Set up API keys in .env (copy from env.dev):

cp env.dev .env

Configure modules in config.yaml.


Modules

Module Description
SimpleReviewer General paper reviewing
LLMCorrectnessDetector Methodological correctness evaluation
LLMCriticalityVerifier Verifies criticality of correctness findings
LLMFormatDetector Format compliance checking
JailbreakingChecker Detects adversarial instructions in papers
ReferenceCheckLight Reference hallucination detection
ReferenceCheckHeavy Full reference + author verification
ArxivTaxonomyClassifier arXiv category classification

Quick Start

Agents4Science reviewers can be used to review papers:

from reviewing_agents.modules import SimpleReviewer

pdf_bytes = open("paper.pdf", "rb").read()

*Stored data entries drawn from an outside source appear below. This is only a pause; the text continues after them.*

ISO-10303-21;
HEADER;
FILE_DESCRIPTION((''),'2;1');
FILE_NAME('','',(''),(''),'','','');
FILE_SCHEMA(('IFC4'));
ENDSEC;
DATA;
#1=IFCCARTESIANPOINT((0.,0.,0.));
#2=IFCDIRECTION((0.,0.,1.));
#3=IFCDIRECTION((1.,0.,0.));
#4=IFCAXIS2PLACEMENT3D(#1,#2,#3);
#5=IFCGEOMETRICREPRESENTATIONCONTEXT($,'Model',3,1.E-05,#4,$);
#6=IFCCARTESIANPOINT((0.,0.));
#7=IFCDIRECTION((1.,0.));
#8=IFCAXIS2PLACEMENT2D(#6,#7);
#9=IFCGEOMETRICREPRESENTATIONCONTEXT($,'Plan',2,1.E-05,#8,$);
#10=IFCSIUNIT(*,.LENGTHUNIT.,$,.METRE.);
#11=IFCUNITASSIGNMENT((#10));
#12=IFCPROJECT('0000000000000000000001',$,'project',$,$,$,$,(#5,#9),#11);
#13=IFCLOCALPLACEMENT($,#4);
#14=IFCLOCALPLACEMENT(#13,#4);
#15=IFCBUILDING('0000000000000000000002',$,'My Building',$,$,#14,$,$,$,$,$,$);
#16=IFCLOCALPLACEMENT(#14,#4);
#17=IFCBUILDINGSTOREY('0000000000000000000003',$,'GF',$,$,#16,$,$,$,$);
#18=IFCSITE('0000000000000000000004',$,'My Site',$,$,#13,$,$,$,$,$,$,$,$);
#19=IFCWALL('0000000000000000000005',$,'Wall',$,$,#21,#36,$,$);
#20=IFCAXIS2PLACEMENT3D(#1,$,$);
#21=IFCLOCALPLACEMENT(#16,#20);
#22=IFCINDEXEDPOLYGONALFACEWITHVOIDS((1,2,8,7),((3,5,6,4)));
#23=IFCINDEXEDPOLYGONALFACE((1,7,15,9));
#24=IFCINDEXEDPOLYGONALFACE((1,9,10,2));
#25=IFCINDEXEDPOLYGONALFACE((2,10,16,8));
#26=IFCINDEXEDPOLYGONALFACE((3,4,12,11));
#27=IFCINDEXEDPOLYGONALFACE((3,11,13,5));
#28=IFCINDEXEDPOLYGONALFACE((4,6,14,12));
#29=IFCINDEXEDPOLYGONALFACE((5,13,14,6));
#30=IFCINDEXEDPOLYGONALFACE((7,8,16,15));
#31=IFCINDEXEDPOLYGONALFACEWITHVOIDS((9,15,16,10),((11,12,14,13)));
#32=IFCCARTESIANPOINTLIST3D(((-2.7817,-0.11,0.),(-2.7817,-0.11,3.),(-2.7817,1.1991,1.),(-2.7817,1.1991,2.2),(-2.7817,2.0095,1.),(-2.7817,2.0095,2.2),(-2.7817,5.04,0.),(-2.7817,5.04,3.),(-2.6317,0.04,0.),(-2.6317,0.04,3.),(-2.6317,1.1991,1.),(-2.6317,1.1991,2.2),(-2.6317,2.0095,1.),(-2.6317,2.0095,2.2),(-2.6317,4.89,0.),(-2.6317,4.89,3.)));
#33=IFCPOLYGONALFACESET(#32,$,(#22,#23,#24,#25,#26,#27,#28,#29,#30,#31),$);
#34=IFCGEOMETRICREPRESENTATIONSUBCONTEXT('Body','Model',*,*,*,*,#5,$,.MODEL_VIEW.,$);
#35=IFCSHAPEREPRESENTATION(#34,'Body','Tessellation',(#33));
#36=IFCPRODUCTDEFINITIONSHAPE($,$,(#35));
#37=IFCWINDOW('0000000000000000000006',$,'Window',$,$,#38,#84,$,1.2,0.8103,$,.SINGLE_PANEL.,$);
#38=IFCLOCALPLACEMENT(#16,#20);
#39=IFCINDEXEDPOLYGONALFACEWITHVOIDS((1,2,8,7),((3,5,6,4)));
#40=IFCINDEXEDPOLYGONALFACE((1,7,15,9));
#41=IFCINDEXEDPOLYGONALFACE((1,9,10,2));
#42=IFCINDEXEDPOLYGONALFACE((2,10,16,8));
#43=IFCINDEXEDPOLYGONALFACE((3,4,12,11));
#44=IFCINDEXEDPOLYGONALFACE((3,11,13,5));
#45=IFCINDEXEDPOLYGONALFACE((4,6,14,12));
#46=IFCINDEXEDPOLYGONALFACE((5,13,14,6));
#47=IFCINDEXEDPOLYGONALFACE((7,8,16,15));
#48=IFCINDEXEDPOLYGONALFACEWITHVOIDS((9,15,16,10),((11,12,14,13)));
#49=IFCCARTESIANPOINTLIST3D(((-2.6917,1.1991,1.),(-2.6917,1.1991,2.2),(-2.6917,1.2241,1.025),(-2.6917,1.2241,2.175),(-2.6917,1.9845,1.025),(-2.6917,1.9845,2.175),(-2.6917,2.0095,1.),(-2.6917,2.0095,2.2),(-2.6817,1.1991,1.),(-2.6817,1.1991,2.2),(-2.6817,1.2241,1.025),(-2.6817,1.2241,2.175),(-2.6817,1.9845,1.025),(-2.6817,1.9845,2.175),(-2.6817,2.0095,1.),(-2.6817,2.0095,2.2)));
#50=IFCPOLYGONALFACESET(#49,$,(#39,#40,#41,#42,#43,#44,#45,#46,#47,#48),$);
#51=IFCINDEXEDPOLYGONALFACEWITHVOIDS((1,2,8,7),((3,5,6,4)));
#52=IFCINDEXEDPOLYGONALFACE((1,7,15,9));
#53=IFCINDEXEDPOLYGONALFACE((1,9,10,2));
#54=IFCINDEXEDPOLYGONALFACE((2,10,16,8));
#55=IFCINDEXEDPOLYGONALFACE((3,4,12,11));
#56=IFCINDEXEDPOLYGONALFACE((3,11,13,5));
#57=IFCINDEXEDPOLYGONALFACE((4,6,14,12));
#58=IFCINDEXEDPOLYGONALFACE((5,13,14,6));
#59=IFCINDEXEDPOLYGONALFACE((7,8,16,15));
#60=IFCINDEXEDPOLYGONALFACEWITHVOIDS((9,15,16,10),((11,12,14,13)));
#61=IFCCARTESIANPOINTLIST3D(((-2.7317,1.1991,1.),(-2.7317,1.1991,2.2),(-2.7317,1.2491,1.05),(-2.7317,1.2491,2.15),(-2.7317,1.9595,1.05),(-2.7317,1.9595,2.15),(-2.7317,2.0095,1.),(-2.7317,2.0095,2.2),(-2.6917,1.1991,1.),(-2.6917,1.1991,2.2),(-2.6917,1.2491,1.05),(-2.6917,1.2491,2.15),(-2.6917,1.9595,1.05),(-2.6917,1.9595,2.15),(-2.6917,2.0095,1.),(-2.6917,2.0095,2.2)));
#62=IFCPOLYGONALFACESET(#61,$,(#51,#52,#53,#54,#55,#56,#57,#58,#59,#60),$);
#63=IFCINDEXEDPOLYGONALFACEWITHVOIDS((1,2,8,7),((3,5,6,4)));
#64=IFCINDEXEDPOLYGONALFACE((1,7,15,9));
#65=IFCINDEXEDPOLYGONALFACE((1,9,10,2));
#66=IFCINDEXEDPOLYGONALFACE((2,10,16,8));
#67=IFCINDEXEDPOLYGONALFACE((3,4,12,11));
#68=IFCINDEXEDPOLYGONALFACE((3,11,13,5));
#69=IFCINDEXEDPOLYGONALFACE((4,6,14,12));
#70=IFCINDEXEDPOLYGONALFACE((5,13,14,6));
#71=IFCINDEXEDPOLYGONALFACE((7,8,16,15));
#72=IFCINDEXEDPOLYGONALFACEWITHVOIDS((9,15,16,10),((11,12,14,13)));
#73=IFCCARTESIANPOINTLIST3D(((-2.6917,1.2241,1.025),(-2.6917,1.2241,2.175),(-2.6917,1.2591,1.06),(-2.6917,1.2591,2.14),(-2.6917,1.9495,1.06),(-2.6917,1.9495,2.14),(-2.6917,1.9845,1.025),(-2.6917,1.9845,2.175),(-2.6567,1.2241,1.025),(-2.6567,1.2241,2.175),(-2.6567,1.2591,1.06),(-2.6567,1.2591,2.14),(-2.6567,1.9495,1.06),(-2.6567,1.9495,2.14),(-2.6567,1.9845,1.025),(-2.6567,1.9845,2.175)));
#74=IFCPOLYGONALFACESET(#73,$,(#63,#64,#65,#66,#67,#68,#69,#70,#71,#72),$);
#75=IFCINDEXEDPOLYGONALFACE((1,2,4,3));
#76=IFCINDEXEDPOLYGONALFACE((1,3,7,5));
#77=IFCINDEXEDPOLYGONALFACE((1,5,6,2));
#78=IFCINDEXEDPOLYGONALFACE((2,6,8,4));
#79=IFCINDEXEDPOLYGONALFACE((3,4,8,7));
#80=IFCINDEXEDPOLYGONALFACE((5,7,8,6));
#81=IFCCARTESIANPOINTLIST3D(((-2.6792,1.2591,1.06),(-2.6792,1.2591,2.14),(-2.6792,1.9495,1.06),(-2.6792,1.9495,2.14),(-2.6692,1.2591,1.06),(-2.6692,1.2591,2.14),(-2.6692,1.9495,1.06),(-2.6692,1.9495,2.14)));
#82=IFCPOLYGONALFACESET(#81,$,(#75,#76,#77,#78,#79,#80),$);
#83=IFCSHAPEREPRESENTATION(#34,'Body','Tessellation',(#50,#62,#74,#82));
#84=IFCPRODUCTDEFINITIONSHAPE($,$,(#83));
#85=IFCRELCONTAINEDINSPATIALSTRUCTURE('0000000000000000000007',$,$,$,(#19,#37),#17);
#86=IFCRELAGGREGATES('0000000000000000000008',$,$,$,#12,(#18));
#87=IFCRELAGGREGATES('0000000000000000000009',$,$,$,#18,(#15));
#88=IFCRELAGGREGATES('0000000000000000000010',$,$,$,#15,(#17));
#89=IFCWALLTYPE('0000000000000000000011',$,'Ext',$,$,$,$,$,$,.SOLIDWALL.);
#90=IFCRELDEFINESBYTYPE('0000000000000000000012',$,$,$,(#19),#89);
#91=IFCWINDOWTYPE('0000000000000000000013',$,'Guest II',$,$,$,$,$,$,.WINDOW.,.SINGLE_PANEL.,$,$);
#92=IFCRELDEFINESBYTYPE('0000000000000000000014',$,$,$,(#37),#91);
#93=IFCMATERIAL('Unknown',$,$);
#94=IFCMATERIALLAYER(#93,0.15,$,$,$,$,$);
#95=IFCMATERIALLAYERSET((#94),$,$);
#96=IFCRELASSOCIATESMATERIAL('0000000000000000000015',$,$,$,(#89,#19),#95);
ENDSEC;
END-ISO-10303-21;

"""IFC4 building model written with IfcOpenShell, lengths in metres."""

from ifc_helpers import new_model, entity, si_unit, frame, origin_with_axes, origin_2d_with_axis, place, context, subcontext, project, spatial, line, indexed_curve, outline, extrude, shape, source, transform, mapped, material, layer, layer_set, layer_usage, type_object, type_shapes, element, fill, save


model = new_model("IFC4")

# Units and contexts
model_context = context("Model", 3, precision=1e-05, world=origin_with_axes())
plan_context = context("Plan", 2, precision=1e-05, world=origin_2d_with_axis())
body_context_1 = subcontext(model_context, "Body", "Model", "MODEL_VIEW")
body_context_2 = subcontext(plan_context, "Body", "Plan", "PLAN_VIEW")
ifc_project = project(units=[si_unit("LENGTHUNIT", "METRE")], contexts=[model_context, plan_context])

# Site, building, storey
site_placement = place(None, origin_with_axes())
site = spatial("IfcSite", under=ifc_project, at=site_placement, Name="My Site")
building_placement = place(site_placement, origin_with_axes())
building = spatial("IfcBuilding", under=site, at=building_placement, Name="My Building")
storey_placement = place(building_placement, origin_with_axes())
storey = spatial("IfcBuildingStorey", under=building, at=storey_placement, Name="GF")

# Shared definitions
ifc_material = material(Name="Unknown")

# Shared definitions
ifc_layer_1 = layer(ifc_material, 0.15)
ifc_layer_set_1 = layer_set([ifc_layer_1])
wall_type_1 = type_object("IfcWallType", Name="Ext", PredefinedType="SOLIDWALL", material=ifc_layer_set_1)

# Wall, opening, window
ifc_layer_usage_1 = layer_usage(ifc_layer_set_1, "AXIS2", "POSITIVE", 0.0)
wall_1_placement = place(storey_placement, frame((-2.7817, 5.04, 0.0), z_axis=(0.0, 0.0, 1.0), x_axis=(0.0, -1.0, 0.0)))
wall_1 = element("IfcWall", 1, at=wall_1_placement, inside=storey, type_object=wall_type_1, material=ifc_layer_usage_1, Name="Wall", context=body_context_1, shape_type="SweptSolid", body=[
    extrude(outline(indexed_curve([(0.0, 0.0), (0.15, 0.15), (5.0, 0.15), (5.15, 0.0)], segments=[line(1, 2, 3, 4, 1)])), origin_with_axes(), (0.0, 0.0, 1.0), 3.0),
])
shared_shape_1 = source(origin_with_axes(), body_context_1, "Body", "SweptSolid", [
    extrude(outline(indexed_curve([(0.0, 0.0), (0.8103, 0.0), (0.8103, 1.2), (0.0, 1.2)], segments=[line(1, 2, 3, 4, 1)])), frame((0.0, -0.6, 0.0), z_axis=(0.0, -1.0, 0.0), x_axis=(1.0, 0.0, 0.0)), (0.0, 0.0, -1.0), 1.2),
])
opening_1_placement = place(wall_1_placement, frame((3.0305, 0.0, 1.0), z_axis=(0.0, 0.0, 1.0), x_axis=(1.0, 0.0, 0.0)))
opening_1 = element("IfcOpeningElement", 2, at=opening_1_placement, cuts=wall_1, PredefinedType="OPENING", context=body_context_1, shape_type="MappedRepresentation", body=[
    mapped(shared_shape_1, transform((0.0, 0.0, 0.0), x_axis=(1.0, 0.0, 0.0), y_axis=(0.0, 1.0, 0.0), z_axis=(0.0, 0.0, 1.0), scale=1.0)),
])
window_type_1 = type_object("IfcWindowType", Name="Guest II", PartitioningType="SINGLE_PANEL", PredefinedType="WINDOW")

reviewer = SimpleReviewer()
result = reviewer.review_paper(pdf_bytes)

The LLMCorrectnessDetector and LLMCriticalityVerifier can be used to evaluate the correctness of a paper, used in our To Err Is Human paper.

from reviewing_agents.modules import LLMCorrectnessDetector, LLMCriticalityVerifier

pdf_bytes = open("paper.pdf", "rb").read()

detector = LLMCorrectnessDetector()
correctness = detector.check_correctness(pdf_bytes)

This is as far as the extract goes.